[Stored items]

————

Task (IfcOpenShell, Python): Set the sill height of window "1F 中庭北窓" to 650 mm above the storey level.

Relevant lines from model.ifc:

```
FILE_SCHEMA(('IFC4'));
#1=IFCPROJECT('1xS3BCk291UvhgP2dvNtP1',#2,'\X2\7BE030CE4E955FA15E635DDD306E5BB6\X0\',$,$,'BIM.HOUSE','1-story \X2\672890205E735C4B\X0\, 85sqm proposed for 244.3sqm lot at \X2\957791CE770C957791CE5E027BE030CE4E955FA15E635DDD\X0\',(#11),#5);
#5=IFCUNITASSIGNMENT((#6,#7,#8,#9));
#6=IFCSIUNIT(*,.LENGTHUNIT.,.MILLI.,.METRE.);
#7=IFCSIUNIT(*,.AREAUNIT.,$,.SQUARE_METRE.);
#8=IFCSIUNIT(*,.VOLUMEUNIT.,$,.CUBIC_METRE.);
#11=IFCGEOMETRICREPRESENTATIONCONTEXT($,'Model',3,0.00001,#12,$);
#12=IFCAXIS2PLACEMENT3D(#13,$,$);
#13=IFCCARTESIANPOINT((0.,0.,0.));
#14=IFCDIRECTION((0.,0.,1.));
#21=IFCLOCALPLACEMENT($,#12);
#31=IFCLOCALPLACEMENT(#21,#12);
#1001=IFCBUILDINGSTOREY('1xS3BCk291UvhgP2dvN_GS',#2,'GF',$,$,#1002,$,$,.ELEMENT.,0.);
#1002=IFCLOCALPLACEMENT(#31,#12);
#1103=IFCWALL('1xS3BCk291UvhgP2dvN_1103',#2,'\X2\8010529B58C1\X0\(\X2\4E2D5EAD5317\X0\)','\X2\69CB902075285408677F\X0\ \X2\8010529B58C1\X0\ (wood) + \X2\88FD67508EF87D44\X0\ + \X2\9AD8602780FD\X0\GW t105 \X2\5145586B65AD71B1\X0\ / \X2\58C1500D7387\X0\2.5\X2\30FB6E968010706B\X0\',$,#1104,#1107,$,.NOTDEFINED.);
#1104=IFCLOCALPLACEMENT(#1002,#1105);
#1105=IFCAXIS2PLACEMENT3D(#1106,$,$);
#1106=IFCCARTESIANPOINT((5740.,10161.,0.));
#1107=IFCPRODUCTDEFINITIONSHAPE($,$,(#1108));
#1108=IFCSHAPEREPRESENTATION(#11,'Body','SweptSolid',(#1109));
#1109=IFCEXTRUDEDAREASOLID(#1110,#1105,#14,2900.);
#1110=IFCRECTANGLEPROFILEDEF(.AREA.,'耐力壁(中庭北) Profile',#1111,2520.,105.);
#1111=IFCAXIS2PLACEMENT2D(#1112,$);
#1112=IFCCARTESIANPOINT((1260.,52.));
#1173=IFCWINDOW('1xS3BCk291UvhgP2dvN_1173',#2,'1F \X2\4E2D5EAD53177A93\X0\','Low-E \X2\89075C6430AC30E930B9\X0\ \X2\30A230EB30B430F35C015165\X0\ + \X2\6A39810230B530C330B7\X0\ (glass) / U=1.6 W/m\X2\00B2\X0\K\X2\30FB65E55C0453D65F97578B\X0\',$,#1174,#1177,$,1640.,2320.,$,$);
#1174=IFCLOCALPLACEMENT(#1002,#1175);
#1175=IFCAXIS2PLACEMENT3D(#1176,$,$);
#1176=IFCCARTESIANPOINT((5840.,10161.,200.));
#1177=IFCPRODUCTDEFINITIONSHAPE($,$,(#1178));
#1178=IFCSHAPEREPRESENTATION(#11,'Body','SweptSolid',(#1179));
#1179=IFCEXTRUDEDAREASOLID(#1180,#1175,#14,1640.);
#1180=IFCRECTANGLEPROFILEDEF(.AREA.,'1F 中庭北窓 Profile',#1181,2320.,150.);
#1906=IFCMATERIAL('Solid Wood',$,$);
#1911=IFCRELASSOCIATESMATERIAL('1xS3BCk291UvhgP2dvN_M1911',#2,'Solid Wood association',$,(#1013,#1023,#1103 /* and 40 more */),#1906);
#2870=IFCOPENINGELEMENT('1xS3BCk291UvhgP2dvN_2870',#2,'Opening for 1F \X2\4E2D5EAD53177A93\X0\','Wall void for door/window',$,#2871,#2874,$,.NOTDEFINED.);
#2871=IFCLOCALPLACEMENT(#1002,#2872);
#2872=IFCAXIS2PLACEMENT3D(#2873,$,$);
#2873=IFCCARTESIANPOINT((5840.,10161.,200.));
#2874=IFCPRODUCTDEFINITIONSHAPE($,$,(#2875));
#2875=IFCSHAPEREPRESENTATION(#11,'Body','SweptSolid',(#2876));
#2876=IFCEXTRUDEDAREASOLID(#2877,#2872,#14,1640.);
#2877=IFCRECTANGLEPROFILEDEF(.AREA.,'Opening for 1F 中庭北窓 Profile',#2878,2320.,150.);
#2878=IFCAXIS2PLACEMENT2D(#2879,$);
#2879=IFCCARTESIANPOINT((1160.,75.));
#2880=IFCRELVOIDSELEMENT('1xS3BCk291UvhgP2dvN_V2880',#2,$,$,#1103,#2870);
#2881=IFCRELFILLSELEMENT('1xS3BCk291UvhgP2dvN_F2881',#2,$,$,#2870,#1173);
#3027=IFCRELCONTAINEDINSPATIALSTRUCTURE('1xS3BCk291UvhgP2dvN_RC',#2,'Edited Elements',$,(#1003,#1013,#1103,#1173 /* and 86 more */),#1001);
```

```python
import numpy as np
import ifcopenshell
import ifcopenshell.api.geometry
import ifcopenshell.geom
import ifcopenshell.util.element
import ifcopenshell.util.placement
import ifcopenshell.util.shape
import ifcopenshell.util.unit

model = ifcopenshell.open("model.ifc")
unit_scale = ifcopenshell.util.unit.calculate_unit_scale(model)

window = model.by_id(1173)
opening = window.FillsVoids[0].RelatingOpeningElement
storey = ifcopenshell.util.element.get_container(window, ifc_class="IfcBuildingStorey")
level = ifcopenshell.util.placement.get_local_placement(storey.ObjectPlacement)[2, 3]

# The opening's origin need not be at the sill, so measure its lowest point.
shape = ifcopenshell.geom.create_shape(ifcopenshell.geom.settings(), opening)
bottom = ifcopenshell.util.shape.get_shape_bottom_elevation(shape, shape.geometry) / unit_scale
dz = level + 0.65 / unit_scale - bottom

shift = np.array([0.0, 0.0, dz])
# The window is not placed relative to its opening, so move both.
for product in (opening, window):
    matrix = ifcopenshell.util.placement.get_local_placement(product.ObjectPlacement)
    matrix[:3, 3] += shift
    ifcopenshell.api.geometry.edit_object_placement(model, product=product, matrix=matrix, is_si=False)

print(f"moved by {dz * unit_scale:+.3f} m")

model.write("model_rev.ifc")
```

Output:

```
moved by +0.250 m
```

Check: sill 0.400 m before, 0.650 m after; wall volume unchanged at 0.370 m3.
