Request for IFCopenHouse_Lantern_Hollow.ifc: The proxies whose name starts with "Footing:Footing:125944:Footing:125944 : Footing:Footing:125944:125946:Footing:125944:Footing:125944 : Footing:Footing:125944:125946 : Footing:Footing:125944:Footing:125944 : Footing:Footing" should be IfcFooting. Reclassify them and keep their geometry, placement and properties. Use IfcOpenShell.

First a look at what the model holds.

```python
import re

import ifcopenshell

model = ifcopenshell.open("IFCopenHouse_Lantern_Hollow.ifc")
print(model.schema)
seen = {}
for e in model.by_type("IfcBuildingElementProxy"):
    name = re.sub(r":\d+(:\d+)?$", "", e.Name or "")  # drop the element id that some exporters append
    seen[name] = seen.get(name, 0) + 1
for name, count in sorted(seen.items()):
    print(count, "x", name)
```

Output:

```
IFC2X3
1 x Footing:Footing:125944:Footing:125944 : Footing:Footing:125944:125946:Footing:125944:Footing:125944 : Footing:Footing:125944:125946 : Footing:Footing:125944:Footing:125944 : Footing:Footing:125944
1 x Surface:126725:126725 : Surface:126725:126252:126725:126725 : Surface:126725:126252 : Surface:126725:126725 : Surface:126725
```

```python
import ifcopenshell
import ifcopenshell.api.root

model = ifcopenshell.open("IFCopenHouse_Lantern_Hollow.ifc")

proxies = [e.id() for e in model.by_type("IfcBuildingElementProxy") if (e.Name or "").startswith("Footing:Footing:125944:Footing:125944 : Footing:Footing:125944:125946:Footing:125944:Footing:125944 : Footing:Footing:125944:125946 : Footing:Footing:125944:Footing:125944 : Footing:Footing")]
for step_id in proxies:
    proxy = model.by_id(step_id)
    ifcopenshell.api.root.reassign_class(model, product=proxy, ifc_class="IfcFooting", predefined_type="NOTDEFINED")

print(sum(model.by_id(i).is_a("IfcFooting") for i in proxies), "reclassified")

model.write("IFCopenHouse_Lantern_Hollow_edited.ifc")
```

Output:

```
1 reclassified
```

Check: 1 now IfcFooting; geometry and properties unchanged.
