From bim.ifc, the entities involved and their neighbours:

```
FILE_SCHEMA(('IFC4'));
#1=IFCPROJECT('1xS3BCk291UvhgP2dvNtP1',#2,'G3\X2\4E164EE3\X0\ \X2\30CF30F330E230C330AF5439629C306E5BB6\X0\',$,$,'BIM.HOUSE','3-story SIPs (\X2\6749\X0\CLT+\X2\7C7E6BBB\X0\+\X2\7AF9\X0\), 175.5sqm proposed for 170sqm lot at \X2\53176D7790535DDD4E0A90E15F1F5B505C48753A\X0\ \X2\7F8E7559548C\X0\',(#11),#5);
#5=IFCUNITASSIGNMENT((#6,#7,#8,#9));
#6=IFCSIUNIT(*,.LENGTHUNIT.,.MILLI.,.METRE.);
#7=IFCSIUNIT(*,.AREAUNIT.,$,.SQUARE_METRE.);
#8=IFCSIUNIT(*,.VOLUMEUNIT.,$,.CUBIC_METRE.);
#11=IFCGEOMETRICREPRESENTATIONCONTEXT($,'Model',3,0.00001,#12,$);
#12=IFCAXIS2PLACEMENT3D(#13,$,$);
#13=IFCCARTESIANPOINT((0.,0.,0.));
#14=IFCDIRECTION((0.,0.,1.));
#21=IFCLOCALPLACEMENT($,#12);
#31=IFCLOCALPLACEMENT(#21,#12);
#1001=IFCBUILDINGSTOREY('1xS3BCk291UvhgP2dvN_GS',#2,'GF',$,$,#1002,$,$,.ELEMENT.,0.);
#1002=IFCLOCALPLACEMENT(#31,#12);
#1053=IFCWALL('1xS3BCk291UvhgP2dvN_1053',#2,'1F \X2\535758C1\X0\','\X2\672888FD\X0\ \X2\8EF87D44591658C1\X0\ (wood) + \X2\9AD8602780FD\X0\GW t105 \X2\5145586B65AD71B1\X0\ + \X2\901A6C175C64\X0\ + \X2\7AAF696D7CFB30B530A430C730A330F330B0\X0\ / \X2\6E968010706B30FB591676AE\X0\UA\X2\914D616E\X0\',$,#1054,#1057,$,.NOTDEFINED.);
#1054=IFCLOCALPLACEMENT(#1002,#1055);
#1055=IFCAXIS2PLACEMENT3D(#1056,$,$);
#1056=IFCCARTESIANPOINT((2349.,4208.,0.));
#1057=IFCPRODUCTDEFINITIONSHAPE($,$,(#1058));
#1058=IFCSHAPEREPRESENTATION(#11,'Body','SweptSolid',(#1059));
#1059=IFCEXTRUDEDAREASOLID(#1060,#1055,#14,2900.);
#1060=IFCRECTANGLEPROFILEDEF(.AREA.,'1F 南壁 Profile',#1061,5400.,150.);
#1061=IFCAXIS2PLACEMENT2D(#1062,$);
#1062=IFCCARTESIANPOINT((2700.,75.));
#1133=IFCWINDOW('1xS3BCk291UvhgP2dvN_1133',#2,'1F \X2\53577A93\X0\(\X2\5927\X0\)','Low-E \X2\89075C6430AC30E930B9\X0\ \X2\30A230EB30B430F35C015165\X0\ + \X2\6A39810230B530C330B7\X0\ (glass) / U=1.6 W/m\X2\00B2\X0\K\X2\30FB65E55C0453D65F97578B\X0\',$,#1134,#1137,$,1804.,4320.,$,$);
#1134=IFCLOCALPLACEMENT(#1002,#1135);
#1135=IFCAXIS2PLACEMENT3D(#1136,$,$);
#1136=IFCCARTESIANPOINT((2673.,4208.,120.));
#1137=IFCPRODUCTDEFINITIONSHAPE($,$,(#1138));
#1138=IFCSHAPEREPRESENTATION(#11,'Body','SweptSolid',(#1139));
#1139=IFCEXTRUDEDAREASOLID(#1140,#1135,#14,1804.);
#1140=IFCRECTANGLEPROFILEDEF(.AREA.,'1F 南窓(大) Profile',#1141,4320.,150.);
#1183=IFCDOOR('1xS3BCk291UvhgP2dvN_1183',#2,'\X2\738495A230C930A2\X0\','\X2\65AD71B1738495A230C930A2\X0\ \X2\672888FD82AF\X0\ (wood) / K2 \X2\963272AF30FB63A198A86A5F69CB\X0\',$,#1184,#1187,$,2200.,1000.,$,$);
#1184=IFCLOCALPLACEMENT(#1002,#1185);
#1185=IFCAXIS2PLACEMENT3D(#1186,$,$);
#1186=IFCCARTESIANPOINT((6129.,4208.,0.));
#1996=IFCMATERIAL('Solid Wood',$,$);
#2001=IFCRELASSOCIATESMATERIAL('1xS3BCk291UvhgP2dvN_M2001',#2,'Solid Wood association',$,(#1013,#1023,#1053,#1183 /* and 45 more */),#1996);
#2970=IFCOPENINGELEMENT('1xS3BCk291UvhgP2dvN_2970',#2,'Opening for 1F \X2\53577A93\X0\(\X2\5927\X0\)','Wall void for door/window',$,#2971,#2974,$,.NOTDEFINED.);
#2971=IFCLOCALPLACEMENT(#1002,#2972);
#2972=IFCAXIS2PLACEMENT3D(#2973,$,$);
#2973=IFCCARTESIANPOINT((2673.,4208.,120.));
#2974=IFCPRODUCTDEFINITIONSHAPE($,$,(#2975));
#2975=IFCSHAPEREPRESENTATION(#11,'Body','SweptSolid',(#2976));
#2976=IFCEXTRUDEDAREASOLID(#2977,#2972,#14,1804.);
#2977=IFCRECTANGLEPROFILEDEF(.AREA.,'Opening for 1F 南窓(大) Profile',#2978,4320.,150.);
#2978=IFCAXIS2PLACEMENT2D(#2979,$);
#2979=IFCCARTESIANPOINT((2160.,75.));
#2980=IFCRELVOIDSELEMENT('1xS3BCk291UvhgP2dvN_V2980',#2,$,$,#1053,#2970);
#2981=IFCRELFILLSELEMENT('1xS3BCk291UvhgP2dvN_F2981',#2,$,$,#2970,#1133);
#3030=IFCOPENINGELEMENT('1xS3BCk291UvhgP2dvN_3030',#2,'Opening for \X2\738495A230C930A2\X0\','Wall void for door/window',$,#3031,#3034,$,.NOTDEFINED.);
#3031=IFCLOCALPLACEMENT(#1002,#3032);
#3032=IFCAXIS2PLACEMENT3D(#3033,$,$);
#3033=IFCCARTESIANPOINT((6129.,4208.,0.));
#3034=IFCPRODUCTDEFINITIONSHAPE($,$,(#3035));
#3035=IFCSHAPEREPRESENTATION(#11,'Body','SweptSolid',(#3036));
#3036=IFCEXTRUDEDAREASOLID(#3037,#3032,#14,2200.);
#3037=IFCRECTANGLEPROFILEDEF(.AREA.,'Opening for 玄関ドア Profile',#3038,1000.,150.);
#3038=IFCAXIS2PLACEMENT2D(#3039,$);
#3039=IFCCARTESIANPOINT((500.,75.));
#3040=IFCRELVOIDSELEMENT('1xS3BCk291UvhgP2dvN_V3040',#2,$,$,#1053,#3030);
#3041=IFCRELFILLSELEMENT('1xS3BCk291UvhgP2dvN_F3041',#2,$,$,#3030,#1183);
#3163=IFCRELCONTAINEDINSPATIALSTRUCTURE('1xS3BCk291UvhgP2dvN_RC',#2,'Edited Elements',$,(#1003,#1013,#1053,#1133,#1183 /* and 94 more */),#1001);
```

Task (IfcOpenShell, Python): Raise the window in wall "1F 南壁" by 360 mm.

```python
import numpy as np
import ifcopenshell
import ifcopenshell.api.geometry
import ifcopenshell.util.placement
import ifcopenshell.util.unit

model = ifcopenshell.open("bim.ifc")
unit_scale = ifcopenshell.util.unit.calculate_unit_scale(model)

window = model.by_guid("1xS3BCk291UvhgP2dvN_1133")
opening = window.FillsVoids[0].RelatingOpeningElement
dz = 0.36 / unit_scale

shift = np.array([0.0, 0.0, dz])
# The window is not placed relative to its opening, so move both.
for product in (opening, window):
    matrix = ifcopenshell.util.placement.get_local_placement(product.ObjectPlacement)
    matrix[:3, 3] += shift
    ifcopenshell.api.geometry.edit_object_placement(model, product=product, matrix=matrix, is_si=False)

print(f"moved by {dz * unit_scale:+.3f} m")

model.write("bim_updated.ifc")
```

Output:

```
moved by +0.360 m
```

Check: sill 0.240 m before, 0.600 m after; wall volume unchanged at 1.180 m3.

————

About this exercise: All lines with the word "IFCPRODUCTDEFINITIONSHAPE" need to be copied from the data above.

Solution to the problem:
#1107=IFCPRODUCTDEFINITIONSHAPE($,$,(#1108));
#1177=IFCPRODUCTDEFINITIONSHAPE($,$,(#1178));
#2874=IFCPRODUCTDEFINITIONSHAPE($,$,(#2875));
#1057=IFCPRODUCTDEFINITIONSHAPE($,$,(#1058));
#1137=IFCPRODUCTDEFINITIONSHAPE($,$,(#1138));
#2974=IFCPRODUCTDEFINITIONSHAPE($,$,(#2975));
#3034=IFCPRODUCTDEFINITIONSHAPE($,$,(#3035));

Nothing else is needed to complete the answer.